Scott Garrabrant’s logical induction framework feels to me like a large step forward. It provides a model of “good reasoning” about logical facts using bounded computational resources, and that model is already producing preliminary insights into decision theory. In particular, we can now write down models of agents that use logical inductors to model the world---and in some cases these agents learn to have sane beliefs about their own actions, other agents’ actions, and how those actions affect the world. This, despite the usual obstacles to self-modeling.
Further, the self-trust result from the paper can be interpreted to say that a logical inductor believes something like “If my future self is confident in the proposition A, then A is probably true”. This seems like one of the insights that the PPRHOL work was aiming at, namely, writing down a computable reasoning system that asserts a formal reflection principle of itself. Such a reflection principle must be weaker than full logical soundness; a system that proved “If my future self proves A, then A is true” would be inconsistent. But as it turns out, the reflection principle is feasible if you replace “proves” with “assigns high probability to” and replace “true” with “probably true”.

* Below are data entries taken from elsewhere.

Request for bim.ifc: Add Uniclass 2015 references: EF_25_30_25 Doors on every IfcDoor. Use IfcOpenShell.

First a look at what the model holds.

```python
import ifcopenshell

model = ifcopenshell.open("bim.ifc")
print(model.schema)
print("classifications:", [c.Name for c in model.by_type("IfcClassification")])
for ifc_class in ("IfcDoor", "IfcRoof", "IfcStair", "IfcWall", "IfcWindow"):
    print(ifc_class, len(model.by_type(ifc_class)))
```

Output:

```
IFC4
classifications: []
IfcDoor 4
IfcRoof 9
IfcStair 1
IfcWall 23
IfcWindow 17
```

```python
import ifcopenshell
import ifcopenshell.api.classification

model = ifcopenshell.open("bim.ifc")

system = ifcopenshell.api.classification.add_classification(model, classification="Uniclass 2015")

codes = {
    "IfcDoor": ("EF_25_30_25", "Doors"),
}
for ifc_class, (code, name) in codes.items():
    products = model.by_type(ifc_class)
    ifcopenshell.api.classification.add_reference(
        model, products=products, classification=system, identification=code, name=name
    )
    print(code, len(products))

model.write("bim_rev.ifc")
```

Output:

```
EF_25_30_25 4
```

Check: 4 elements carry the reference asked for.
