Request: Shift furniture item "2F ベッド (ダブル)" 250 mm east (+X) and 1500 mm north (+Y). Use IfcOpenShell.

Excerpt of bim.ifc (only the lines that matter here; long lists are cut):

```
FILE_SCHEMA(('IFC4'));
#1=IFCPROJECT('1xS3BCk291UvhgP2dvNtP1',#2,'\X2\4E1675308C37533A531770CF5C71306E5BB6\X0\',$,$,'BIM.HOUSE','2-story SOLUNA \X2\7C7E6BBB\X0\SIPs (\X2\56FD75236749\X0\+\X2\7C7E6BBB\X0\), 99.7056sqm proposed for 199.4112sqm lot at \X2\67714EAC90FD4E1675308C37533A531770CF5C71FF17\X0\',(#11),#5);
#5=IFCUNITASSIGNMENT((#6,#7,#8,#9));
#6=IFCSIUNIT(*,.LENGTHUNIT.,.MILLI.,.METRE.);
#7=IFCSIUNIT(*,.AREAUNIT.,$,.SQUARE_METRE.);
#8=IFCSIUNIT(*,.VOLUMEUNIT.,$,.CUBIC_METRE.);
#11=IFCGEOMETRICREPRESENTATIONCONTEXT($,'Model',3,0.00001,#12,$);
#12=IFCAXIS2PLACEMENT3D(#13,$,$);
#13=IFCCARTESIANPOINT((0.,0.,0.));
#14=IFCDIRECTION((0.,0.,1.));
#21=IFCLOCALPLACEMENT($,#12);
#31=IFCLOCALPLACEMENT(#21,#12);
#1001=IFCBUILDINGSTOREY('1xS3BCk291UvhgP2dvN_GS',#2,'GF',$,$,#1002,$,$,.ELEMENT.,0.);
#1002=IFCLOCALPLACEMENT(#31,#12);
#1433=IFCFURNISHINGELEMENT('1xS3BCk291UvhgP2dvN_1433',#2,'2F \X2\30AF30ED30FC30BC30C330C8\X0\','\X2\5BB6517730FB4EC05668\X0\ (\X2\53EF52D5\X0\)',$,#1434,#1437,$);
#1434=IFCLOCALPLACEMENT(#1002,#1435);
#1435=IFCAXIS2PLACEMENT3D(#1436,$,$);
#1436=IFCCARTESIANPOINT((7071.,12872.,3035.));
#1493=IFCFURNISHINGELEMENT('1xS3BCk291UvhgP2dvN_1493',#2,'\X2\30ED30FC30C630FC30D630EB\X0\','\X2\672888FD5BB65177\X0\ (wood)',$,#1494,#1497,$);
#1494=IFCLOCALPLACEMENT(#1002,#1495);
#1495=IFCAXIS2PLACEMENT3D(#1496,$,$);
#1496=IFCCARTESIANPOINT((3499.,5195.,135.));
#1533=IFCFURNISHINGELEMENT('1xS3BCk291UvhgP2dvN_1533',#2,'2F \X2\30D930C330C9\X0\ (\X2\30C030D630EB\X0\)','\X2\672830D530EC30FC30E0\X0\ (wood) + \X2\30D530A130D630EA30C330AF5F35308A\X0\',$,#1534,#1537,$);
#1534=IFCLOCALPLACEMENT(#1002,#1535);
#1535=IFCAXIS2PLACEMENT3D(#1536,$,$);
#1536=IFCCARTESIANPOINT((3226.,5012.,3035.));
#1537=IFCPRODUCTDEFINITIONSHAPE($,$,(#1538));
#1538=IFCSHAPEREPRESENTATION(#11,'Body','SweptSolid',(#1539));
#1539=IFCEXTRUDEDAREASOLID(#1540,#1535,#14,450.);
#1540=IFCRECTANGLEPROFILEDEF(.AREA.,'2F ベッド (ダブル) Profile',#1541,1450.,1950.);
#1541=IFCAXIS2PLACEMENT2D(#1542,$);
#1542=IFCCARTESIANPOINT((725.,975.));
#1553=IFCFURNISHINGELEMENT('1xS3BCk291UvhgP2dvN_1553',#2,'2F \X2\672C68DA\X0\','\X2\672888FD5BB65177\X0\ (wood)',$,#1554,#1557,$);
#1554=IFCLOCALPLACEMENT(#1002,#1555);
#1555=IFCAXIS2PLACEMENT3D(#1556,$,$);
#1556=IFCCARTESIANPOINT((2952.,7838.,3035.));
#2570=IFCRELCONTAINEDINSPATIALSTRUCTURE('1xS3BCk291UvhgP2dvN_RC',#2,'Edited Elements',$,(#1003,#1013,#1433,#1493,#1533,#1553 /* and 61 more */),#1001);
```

```python
import ifcopenshell
import ifcopenshell.api.geometry
import ifcopenshell.util.placement
import ifcopenshell.util.unit

model = ifcopenshell.open("bim.ifc")
unit_scale = ifcopenshell.util.unit.calculate_unit_scale(model)

item = model.by_guid("1xS3BCk291UvhgP2dvN_1533")
matrix = ifcopenshell.util.placement.get_local_placement(item.ObjectPlacement)
matrix[0, 3] += 0.25 / unit_scale
matrix[1, 3] += 1.5 / unit_scale
ifcopenshell.api.geometry.edit_object_placement(model, product=item, matrix=matrix, is_si=False)

print(ifcopenshell.util.placement.get_local_placement(item.ObjectPlacement).round(3) + 0.0)

model.write("bim_rev.ifc")
```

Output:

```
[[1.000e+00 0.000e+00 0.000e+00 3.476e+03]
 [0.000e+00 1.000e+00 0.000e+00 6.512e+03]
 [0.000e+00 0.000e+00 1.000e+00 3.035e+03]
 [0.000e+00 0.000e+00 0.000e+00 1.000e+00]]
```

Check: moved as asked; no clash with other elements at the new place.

It is an active area of research to understand logical induction more deeply, and to apply it to decision-theoretic problems that require reflective properties. For example, the current framework uses “traders” that express their “beliefs” in terms of strategies for making trades against the market prices (probabilities) output by a logical inductor. Then traders are rewarded based on buying shares in sentences that turn out to be highly valued by later market prices. It would be nice to understand this process in Bayesian terms, e.g., where traders are hypotheses that output predictions about the market and have their probabilities updated by Bayesian updating.
Ah, yeah, that sounds close to what I'm imagining, thank you.